TASK PROMPT
Retype exactly the lines that run from the line with "#145=IFCSHAPEREPRESENTATION(#24,'Body','Tessellation',(#144));" to the final line of the entries, keeping both ends and nothing else.

Extracted data entries
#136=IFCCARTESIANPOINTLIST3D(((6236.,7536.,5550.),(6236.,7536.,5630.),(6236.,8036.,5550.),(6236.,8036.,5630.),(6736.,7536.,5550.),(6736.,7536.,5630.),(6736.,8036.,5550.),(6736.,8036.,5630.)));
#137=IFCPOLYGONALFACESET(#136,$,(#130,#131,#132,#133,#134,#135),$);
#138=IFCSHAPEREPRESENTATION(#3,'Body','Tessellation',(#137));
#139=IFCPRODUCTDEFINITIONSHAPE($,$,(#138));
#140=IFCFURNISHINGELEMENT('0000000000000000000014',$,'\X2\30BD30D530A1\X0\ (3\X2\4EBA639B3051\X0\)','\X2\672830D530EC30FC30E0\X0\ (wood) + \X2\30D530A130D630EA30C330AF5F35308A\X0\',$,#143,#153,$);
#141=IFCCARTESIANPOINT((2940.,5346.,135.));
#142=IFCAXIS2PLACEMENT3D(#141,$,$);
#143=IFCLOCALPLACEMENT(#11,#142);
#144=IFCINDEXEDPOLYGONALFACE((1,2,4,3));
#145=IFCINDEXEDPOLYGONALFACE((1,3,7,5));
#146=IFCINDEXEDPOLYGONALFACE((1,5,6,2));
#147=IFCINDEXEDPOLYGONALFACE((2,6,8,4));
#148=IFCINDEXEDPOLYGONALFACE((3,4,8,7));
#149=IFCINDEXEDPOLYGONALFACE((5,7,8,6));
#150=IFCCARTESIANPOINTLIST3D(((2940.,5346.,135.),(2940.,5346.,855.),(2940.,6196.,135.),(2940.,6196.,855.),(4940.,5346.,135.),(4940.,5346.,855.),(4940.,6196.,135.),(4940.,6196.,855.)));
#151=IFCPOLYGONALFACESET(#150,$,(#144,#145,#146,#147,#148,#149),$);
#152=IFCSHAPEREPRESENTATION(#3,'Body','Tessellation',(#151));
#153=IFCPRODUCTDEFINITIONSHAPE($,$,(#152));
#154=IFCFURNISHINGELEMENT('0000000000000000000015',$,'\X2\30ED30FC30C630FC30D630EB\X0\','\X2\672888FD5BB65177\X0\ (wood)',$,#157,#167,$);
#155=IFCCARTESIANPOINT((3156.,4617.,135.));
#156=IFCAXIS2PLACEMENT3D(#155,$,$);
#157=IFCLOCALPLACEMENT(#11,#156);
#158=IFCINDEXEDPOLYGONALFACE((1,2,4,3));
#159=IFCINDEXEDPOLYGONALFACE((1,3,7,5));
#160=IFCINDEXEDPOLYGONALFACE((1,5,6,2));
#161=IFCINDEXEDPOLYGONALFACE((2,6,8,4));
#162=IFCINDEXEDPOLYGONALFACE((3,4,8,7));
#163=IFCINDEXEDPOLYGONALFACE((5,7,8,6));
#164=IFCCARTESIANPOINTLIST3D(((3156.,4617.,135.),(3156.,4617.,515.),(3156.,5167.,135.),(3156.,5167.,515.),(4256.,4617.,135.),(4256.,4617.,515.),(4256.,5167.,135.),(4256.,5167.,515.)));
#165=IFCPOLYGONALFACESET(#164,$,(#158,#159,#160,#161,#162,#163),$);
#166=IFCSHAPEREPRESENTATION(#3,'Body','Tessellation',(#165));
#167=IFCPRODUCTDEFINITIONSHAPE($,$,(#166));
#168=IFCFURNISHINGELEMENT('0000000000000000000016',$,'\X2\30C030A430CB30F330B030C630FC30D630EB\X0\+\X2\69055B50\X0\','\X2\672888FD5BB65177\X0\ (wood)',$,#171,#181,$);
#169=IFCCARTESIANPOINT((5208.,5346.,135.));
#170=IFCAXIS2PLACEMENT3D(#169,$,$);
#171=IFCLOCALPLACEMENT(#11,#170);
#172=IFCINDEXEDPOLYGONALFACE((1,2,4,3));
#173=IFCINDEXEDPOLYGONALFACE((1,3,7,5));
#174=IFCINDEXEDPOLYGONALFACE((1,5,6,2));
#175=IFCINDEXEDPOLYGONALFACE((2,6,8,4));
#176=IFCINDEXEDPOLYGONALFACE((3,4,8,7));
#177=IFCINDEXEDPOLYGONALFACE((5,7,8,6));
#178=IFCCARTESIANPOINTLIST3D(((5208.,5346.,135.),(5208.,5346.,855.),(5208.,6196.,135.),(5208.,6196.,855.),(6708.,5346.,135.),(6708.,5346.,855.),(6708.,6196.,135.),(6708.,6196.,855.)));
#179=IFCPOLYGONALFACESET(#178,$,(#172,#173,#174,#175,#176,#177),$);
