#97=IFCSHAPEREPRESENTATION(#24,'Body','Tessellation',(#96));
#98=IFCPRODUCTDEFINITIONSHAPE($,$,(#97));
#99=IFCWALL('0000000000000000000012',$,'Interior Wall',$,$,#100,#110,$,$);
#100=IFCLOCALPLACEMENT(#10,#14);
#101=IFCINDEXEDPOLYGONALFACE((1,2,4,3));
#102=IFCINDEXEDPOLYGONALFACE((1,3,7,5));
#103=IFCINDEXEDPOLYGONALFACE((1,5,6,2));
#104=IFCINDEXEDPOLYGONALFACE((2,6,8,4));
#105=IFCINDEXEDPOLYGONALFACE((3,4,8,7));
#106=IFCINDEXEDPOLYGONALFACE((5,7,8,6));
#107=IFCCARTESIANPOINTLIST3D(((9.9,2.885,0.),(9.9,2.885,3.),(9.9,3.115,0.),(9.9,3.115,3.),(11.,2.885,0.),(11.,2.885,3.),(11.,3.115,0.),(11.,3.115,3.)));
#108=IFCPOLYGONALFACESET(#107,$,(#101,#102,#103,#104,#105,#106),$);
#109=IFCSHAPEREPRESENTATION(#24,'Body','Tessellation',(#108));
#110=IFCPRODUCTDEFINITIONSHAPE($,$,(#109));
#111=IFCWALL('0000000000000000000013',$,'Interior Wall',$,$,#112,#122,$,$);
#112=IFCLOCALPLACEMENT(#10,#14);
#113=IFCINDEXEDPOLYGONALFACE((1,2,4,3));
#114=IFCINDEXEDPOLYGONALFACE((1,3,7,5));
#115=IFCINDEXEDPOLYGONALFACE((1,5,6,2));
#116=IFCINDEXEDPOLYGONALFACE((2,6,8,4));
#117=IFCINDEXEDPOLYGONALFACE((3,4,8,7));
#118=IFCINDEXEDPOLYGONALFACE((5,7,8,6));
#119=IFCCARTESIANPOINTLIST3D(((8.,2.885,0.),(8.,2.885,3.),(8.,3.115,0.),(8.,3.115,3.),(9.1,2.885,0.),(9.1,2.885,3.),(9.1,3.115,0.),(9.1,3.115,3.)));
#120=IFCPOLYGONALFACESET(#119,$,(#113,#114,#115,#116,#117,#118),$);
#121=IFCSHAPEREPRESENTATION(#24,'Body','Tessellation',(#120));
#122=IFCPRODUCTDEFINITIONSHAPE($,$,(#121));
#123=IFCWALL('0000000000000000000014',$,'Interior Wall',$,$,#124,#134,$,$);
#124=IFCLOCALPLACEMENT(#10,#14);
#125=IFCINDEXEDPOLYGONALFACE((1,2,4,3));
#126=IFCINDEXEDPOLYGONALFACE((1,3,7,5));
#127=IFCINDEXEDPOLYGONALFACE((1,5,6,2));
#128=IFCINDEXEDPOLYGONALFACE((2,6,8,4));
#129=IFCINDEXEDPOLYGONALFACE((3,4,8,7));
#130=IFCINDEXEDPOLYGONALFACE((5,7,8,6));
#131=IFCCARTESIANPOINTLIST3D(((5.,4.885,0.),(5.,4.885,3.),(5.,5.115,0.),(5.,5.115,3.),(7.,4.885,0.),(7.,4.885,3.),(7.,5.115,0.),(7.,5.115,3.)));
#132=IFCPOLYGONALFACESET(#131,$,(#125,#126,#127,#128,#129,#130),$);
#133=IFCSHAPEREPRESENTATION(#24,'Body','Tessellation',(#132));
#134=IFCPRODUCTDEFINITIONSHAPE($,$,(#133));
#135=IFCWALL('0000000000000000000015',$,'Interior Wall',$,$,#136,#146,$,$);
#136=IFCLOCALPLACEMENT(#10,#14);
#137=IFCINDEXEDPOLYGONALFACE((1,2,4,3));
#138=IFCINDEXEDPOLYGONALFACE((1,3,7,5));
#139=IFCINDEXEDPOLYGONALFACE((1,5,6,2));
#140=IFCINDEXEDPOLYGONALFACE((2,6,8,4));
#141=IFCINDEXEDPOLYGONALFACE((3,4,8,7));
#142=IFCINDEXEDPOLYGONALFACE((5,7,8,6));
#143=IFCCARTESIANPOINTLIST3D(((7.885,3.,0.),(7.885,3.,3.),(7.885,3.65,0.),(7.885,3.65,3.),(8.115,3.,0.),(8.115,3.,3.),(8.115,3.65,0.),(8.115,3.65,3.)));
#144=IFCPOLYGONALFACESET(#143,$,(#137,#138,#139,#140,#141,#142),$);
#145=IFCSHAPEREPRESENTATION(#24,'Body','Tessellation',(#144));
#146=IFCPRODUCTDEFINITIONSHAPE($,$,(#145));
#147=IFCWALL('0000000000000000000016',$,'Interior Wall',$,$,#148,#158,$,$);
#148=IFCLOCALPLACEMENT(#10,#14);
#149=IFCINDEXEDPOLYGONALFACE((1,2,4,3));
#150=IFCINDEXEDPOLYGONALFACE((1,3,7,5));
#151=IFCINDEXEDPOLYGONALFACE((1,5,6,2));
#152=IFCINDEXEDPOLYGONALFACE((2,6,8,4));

FINISHED EXERCISE
#145=IFCSHAPEREPRESENTATION(#24,'Body','Tessellation',(#144));
#146=IFCPRODUCTDEFINITIONSHAPE($,$,(#145));
#147=IFCWALL('0000000000000000000016',$,'Interior Wall',$,$,#148,#158,$,$);
#148=IFCLOCALPLACEMENT(#10,#14);
#149=IFCINDEXEDPOLYGONALFACE((1,2,4,3));
#150=IFCINDEXEDPOLYGONALFACE((1,3,7,5));
#151=IFCINDEXEDPOLYGONALFACE((1,5,6,2));
#152=IFCINDEXEDPOLYGONALFACE((2,6,8,4));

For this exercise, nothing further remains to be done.